While conceptually intriguing, the implementations of UGT-mediated small molecule glycosylation methods to facilitate drug discovery so far have seen few examples. A successful application of UGTs in glycoside production at industrial scale will require careful considerations. In vitro processes will have to consider sugar donor costs and recycling strategies, as well as concentrations and solubility of substrates, and completeness of reaction. On the other hand, in vivo processes will require considerations regarding substrate availability, off-targets, competing pathways, and product isolation. Recent process engineering efforts involving UDP-glucose production and UDP cycling by coupling UGTs with sucrose synthase enzymes demonstrated that enzymatic glycosylation can be optimized to meet the high efficiency demands of industrial applications.78–80 Notably, a gram scale synthesis of C-glycoside nothofagin was demonstrated in both a batch synthesis79 and a flow synthesis80 process. A means to produce large amounts of other nucleotide sugars inexpensively will further facilitate wide-ranging applications of UGTs in drug discovery.
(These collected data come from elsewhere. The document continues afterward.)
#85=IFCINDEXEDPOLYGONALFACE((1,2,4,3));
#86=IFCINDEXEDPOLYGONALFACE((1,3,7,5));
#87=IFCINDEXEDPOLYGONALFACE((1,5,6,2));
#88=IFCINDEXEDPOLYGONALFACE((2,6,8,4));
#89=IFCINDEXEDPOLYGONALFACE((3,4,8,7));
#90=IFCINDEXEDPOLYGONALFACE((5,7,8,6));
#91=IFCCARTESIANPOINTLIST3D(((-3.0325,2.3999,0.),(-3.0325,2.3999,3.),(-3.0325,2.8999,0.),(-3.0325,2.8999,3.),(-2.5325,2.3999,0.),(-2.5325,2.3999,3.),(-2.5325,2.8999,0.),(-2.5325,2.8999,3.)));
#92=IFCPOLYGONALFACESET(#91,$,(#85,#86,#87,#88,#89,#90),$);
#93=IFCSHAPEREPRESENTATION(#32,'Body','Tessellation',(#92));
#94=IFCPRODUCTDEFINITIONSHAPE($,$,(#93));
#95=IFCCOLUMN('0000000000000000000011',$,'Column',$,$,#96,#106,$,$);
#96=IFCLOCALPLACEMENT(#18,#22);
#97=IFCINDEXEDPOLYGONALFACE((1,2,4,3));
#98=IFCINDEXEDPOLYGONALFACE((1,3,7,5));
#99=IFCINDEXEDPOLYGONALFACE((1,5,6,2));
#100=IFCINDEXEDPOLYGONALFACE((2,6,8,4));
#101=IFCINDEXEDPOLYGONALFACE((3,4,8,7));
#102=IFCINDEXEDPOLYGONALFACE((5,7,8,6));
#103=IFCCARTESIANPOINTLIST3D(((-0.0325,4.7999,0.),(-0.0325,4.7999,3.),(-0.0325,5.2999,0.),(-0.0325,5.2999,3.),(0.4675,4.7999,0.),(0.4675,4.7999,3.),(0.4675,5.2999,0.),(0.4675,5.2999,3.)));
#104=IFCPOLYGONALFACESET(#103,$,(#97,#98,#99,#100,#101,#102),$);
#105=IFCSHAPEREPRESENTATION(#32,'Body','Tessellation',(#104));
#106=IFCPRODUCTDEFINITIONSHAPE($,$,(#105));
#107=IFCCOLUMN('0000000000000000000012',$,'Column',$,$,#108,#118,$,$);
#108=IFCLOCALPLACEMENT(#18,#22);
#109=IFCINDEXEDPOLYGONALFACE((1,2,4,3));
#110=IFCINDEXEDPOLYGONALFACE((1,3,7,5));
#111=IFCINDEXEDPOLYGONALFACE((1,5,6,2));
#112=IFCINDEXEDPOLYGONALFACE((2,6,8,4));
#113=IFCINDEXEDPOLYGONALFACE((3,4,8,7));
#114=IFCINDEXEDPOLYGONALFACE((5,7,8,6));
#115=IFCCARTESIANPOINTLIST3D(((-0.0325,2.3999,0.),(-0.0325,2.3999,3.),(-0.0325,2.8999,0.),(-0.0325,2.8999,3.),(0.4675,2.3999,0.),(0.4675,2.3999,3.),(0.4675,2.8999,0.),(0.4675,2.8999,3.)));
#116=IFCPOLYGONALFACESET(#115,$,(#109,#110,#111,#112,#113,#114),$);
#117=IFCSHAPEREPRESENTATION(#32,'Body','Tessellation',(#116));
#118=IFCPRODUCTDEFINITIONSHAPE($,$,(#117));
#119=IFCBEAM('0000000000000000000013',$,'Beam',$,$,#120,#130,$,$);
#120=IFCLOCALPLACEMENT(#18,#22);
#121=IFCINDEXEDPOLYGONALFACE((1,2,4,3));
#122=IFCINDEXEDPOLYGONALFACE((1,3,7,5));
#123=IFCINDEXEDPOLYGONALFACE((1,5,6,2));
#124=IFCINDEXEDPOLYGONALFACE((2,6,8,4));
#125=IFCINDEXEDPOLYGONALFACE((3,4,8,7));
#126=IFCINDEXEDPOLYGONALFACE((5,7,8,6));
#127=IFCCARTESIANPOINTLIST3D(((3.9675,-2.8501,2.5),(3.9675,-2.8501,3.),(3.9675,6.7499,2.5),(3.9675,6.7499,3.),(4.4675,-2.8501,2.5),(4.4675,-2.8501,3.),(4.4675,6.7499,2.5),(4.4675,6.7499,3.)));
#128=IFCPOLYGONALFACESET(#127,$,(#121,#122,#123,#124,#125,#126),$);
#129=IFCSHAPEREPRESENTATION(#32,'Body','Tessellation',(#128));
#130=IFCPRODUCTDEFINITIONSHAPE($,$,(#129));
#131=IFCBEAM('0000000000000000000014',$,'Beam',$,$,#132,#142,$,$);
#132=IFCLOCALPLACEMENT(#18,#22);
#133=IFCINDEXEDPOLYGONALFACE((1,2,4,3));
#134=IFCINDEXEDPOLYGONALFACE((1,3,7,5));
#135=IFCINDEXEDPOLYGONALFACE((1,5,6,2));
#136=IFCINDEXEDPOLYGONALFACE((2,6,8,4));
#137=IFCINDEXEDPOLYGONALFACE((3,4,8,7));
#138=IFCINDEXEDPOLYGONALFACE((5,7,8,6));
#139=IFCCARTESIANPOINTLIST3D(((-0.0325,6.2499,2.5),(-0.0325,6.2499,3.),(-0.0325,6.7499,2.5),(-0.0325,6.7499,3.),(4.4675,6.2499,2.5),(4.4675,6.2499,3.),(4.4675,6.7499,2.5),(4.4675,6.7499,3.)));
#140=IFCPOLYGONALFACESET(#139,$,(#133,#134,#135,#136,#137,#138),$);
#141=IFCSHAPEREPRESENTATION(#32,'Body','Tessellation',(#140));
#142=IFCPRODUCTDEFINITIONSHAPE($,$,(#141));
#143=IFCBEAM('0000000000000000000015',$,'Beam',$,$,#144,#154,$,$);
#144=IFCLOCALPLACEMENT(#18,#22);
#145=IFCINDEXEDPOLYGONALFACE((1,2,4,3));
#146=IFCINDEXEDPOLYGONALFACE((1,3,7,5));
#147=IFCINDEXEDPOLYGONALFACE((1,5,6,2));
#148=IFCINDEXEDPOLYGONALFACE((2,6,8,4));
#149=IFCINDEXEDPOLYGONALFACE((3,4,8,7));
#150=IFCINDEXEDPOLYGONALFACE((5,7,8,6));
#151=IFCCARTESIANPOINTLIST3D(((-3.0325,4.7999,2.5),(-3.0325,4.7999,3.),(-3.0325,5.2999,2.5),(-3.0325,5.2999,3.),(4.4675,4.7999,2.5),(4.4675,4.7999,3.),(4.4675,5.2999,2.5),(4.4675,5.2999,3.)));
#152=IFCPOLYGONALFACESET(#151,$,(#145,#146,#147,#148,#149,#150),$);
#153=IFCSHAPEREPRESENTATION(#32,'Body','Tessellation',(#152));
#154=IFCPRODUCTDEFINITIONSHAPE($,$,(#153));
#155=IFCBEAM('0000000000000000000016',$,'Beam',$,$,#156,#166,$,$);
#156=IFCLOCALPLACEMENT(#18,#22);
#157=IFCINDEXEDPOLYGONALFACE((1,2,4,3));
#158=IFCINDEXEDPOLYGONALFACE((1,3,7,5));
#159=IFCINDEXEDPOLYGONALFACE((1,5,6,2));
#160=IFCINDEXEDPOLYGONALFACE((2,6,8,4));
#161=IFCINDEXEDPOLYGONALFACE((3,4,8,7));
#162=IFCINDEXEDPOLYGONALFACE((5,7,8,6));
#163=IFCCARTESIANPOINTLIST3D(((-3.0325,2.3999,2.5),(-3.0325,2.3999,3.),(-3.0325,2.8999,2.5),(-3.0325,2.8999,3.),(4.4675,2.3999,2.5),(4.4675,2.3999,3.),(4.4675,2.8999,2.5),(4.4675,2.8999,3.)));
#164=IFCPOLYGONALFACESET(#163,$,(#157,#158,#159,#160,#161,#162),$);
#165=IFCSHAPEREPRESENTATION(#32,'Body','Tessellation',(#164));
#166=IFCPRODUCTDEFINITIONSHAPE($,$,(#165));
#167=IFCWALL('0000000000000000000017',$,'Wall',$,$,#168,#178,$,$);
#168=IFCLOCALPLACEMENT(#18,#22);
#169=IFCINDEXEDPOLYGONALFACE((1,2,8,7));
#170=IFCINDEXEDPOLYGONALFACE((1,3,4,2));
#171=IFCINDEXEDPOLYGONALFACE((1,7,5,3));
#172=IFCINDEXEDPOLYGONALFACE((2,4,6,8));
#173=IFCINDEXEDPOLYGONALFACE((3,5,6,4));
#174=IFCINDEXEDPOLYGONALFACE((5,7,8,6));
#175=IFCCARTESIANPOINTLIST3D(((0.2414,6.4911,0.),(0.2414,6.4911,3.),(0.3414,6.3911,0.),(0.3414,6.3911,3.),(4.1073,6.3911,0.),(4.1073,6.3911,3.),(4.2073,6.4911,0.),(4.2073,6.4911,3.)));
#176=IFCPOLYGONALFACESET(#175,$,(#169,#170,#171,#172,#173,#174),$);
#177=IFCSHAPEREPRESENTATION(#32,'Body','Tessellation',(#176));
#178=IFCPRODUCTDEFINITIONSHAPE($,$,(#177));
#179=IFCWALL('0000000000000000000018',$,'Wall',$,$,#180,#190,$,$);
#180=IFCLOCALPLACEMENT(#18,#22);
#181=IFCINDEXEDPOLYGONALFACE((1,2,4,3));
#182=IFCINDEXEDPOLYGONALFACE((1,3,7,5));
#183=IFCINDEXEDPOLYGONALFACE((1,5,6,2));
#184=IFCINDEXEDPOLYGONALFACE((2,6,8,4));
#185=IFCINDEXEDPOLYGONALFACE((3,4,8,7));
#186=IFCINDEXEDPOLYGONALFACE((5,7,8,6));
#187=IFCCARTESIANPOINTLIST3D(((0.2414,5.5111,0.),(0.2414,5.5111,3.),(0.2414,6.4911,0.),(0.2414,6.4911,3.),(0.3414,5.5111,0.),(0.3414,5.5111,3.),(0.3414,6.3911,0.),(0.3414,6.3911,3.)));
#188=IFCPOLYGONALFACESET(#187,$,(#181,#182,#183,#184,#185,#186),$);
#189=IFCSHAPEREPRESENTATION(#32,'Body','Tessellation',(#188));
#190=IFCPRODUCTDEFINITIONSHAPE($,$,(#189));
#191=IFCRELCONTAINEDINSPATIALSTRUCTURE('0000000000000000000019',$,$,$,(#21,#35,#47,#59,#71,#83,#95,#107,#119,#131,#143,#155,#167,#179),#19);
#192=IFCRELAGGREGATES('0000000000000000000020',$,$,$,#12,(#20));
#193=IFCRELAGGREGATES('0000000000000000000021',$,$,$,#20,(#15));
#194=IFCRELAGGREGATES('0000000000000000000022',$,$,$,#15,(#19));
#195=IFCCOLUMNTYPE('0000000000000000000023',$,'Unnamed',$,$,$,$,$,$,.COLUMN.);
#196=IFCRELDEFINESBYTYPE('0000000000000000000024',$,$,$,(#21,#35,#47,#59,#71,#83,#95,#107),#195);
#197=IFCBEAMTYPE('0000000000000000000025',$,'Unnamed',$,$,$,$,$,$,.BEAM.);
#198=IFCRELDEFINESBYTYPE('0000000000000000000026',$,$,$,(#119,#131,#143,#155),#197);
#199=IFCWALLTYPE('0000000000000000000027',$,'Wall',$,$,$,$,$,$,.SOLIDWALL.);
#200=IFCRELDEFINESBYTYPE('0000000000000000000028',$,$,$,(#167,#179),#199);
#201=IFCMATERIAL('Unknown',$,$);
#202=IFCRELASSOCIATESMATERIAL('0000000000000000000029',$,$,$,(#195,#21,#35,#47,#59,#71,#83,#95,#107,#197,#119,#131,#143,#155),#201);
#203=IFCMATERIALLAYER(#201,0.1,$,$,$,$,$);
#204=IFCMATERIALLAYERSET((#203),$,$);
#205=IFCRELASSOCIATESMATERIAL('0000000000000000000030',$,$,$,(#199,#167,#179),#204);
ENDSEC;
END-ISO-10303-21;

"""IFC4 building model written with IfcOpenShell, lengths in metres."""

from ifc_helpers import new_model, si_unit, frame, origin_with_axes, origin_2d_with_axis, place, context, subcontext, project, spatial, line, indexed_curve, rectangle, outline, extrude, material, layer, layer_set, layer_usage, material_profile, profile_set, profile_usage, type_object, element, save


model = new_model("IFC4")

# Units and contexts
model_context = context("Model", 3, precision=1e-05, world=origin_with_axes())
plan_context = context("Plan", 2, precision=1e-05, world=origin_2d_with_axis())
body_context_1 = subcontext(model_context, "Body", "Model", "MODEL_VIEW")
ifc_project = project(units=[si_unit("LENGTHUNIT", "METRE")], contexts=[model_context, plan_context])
Overall, there is a great promise in using UGTs to expand the chemical space available for drug discovery. Synthesizing new glycoside variants for functional exploration is an area in which strategic applications of UGT-mediated glycosylation can have great positive impacts on drug discovery. Moreover, UGTs may help simplify or optimize the production process of existing glycosides, increasing access to relevant drug molecules.